Year 12s: what will be the first way you research your future options? >>

M3: SHM

Maths&physics

what would be the amplitude? we've stretched it so that the RHS is smaller than it's natural length.

Screenshot 2019-04-05 at 09.32.52 copy.jpg277.4KB

Reply 1

mqb2766

Original post by Maths&physics

what would be the amplitude? we've stretched it so that the RHS is smaller than it's natural length.

IIt's a spring not a string. The natural length of a single spring would be the center of the resulting SHM.

Reply 2

old_engineer

The question says springs not strings.

Reply 3

Maths&physics

Original post by mqb2766

IIt's a spring not a string. The natural length of a single spring would be the center of the resulting SHM.

brilliant! how did you know I misread the word spring for string?!

"The natural length of a single spring would be the center of the resulting SHM." what do you mean?

Reply 4

Maths&physics

Original post by old_engineer

The question says springs not strings.

Original post by mqb2766

IIt's a spring not a string. The natural length of a single spring would be the center of the resulting SHM.

that's superb that you've both noticed from my misunderstanding that I've read spring for string, without my saying it!

but how am I to know that the resulting motion won't go beyond their extensions and give a larger amplitude than the existing extension?

Reply 5

mqb2766

It's the raison detre of a spring. The force is zero at the unstretched natural length. Shorter it pushes, longer it pulls. Here you have two springs. The center is where the forces cancel.

Original post by Maths&physics

brilliant! how did you know I misread the word spring for string?!

"The natural length of a single spring would be the center of the resulting SHM." what do you mean?

Reply 6

Maths&physics

Original post by mqb2766

It's the raison detre of a spring. The force is zero at the unstretched natural length. Shorter it pushes, longer it pulls. Here you have two springs. The center is where the forces cancel.

the centre is where the forces are balanced/equal? but how do I know the amplitude will remain the same as the extension?

Reply 7

mqb2766

The initial condition has zero velocity.
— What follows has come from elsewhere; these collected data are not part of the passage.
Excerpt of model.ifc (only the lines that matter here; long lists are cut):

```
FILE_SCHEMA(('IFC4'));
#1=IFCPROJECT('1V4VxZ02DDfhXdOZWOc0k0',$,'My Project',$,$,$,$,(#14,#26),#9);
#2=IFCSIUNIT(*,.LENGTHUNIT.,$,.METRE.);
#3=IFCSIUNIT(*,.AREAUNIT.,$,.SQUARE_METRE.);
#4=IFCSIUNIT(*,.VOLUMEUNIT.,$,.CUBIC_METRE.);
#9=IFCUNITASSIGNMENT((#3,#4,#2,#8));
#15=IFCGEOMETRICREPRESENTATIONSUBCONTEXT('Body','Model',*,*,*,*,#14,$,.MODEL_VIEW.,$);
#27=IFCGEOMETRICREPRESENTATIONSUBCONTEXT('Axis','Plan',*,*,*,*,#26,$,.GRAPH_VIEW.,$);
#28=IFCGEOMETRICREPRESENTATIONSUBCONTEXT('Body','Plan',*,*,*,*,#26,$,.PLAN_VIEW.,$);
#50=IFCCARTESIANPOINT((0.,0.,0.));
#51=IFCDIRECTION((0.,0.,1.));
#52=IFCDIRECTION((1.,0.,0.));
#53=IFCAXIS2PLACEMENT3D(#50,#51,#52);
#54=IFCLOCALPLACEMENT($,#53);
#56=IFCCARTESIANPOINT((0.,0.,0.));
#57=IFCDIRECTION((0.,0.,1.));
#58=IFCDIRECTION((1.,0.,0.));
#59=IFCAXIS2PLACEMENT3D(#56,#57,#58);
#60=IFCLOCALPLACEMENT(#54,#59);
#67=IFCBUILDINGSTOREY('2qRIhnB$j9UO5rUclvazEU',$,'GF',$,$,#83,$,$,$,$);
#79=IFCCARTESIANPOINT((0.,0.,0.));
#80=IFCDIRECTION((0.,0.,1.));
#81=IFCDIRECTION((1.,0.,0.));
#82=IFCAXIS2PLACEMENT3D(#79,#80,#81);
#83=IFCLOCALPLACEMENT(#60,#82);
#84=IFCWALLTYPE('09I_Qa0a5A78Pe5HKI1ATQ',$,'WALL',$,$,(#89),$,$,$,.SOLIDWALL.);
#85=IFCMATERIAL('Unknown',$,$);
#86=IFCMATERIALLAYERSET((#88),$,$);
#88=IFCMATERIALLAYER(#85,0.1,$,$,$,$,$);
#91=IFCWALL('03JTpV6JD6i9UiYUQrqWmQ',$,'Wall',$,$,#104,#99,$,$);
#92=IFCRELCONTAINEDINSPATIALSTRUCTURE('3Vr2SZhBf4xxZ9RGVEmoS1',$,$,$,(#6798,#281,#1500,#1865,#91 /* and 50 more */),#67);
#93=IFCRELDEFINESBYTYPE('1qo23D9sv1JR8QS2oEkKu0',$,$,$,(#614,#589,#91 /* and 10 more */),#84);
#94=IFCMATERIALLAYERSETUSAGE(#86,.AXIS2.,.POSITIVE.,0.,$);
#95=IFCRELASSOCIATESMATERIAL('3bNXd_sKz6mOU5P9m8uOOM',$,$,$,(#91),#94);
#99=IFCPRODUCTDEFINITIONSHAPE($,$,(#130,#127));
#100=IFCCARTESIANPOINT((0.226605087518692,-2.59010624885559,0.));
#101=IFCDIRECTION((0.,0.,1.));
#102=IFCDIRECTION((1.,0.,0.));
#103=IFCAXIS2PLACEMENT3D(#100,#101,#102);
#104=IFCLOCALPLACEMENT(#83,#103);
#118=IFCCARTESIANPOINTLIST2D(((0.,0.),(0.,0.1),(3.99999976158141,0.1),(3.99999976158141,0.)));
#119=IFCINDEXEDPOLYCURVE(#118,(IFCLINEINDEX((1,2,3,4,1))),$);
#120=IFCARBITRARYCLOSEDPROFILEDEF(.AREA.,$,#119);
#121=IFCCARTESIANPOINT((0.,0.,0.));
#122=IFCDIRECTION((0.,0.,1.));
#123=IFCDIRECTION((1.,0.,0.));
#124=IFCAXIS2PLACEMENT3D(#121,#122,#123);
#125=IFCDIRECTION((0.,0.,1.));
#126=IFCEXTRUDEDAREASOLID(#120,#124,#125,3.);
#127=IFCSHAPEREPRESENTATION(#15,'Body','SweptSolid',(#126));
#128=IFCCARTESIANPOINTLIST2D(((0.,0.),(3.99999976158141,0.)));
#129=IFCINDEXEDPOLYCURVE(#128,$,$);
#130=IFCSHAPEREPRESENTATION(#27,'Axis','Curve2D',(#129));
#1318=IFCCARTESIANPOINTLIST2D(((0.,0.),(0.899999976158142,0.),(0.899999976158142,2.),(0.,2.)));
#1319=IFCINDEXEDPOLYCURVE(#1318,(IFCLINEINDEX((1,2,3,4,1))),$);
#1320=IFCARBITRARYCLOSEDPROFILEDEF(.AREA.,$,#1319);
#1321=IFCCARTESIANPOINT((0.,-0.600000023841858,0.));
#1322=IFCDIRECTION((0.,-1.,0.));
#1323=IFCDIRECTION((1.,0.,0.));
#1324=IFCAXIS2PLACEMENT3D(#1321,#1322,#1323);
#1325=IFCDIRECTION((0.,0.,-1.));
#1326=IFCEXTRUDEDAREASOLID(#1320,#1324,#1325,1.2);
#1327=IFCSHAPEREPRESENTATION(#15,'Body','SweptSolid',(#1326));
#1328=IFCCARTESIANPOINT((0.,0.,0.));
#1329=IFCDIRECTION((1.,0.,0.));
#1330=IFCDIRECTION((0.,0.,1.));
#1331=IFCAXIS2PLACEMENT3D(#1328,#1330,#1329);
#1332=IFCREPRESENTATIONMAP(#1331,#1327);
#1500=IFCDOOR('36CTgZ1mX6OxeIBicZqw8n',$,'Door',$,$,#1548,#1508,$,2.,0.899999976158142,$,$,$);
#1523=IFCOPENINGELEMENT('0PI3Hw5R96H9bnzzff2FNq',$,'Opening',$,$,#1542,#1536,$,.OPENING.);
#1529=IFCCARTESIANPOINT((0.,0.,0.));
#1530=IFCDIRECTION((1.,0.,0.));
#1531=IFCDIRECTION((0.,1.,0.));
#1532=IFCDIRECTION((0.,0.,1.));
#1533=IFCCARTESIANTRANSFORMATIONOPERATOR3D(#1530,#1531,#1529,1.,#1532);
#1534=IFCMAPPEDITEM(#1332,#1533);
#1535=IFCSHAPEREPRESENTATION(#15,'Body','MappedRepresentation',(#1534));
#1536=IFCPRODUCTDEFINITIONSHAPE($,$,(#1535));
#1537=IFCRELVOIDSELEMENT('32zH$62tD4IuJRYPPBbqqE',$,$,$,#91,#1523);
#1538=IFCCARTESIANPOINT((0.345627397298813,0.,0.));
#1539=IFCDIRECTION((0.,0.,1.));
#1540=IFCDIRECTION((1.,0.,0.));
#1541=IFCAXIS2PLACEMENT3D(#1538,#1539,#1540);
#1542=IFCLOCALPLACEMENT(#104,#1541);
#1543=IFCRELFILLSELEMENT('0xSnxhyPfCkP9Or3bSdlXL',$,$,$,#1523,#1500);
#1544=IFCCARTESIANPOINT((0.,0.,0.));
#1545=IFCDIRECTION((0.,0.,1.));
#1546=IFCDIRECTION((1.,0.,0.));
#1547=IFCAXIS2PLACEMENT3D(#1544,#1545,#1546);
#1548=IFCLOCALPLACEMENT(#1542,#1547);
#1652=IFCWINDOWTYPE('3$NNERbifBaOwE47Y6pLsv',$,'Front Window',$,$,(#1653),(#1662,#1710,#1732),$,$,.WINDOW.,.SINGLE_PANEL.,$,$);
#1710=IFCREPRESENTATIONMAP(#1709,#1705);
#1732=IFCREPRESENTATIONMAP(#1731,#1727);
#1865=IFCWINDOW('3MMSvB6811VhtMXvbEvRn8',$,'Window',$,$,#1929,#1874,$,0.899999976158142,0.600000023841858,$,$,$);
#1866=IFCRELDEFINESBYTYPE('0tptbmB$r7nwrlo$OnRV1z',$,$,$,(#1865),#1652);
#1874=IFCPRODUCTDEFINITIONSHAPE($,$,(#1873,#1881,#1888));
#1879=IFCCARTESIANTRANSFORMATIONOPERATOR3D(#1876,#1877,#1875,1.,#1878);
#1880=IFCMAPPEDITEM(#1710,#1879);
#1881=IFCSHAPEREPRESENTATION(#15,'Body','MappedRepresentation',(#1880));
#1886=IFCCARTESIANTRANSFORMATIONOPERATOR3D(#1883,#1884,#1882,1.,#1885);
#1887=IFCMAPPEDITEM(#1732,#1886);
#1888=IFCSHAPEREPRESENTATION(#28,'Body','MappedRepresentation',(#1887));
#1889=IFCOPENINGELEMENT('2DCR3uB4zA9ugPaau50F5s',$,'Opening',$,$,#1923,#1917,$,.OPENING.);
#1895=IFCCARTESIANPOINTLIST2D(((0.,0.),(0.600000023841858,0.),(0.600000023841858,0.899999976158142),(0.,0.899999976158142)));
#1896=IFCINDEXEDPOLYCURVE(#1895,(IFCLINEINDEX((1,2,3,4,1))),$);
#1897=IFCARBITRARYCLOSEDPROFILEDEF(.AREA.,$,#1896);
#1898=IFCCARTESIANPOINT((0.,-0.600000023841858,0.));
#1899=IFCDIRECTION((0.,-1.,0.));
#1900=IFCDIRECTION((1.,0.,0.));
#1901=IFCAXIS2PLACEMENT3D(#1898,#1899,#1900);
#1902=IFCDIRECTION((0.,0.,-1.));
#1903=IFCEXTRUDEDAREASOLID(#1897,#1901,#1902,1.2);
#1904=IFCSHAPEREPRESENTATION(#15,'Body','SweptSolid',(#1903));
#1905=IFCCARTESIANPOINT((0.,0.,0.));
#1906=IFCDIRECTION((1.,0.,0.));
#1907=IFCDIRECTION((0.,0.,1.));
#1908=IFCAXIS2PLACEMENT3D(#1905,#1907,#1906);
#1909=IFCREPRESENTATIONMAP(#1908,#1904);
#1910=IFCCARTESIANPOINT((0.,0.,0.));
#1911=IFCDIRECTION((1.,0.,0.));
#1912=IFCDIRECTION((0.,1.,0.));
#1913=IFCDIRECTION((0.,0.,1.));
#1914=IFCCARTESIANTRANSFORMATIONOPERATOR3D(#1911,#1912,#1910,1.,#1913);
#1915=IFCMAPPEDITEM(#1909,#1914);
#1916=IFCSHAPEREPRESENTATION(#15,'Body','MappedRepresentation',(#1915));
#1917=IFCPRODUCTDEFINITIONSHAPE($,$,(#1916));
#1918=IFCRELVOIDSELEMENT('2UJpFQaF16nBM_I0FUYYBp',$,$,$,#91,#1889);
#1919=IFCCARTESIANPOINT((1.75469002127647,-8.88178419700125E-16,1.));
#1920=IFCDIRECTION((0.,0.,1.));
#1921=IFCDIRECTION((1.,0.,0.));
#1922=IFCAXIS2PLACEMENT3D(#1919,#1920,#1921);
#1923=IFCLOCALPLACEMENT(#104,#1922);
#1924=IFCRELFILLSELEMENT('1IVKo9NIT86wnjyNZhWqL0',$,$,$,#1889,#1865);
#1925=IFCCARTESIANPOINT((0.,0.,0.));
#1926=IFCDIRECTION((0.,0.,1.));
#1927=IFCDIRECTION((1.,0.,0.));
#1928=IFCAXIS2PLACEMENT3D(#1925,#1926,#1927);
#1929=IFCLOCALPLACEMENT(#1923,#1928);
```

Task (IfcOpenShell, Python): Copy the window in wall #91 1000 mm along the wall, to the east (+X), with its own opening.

```python
import ifcopenshell
import ifcopenshell.api.feature
import ifcopenshell.api.geometry
import ifcopenshell.api.root
import ifcopenshell.geom
import ifcopenshell.util.element
import ifcopenshell.util.placement
import ifcopenshell.util.shape
import ifcopenshell.util.unit

model = ifcopenshell.open("model.ifc")
unit_scale = ifcopenshell.util.unit.calculate_unit_scale(model)
settings = ifcopenshell.geom.settings()


def volume(element):
    """Net volume in cubic metres, openings subtracted."""
    shape = ifcopenshell.geom.create_shape(settings, element)
    return ifcopenshell.util.shape.get_volume(shape.geometry)


window = model.by_id(1865)
opening = window.FillsVoids[0].RelatingOpeningElement
wall = opening.VoidsElements[0].RelatingBuildingElement
before = volume(wall)
shift = ifcopenshell.util.placement.get_local_placement(wall.ObjectPlacement)[:3, 0] * 1 / unit_scale

# copy_class copies the void relationship, type, container and properties, but no geometry.
new_opening = ifcopenshell.api.root.copy_class(model, product=opening)
new_opening.Representation = ifcopenshell.util.element.copy_deep(
    model, opening.Representation, exclude=["IfcGeometricRepresentationContext", "IfcRepresentationMap"]
)
new_window = ifcopenshell.api.root.copy_class(model, product=window)
new_window.Representation = ifcopenshell.util.element.copy_deep(
    model, window.Representation, exclude=["IfcGeometricRepresentationContext", "IfcRepresentationMap"]
)
ifcopenshell.api.feature.add_filling(model, opening=new_opening, element=new_window)

for old, new in ((opening, new_opening), (window, new_window)):
    matrix = ifcopenshell.util.placement.get_local_placement(old.ObjectPlacement)
    matrix[:3, 3] += shift
    ifcopenshell.api.geometry.edit_object_placement(model, product=new, matrix=matrix, is_si=False)

after = volume(wall)

print(f"wall volume {before:.3f} -> {after:.3f} m3")

model.write("model_v2.ifc")
```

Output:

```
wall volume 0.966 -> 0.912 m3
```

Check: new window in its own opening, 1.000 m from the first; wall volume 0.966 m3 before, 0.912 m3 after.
It is physically impossible to deviate more than this from the center point in the subsequentsmotion. Otherwise you're getting energy for free.

(edited 5 years ago)

Reply 8

Maths&physics

Original post by mqb2766

The initial condition has zero velocity. It is physically impossible to deviate more than this from the center point in the subsequentsmotion. Otherwise you're getting energy for free.

ok, but the spring on the LHS is compressed (gone beyond its natural length) before it's released, so why wouldnt that effect its subsequent motion - I guess the answer is no, but why?

(edited 5 years ago)

Reply 9

mqb2766

The first part asked you to show that the motion is SHM, you must have considered both forces or springs acting on the body? From then on, you should not really care about what happens to the spring individually?

Original post by Maths&physics

ok, but the string on the LHS is compressed (gone beyond its natural length) before it's released, so why wouldnt that effect its subsequent motion - I guess the answer is no, but why?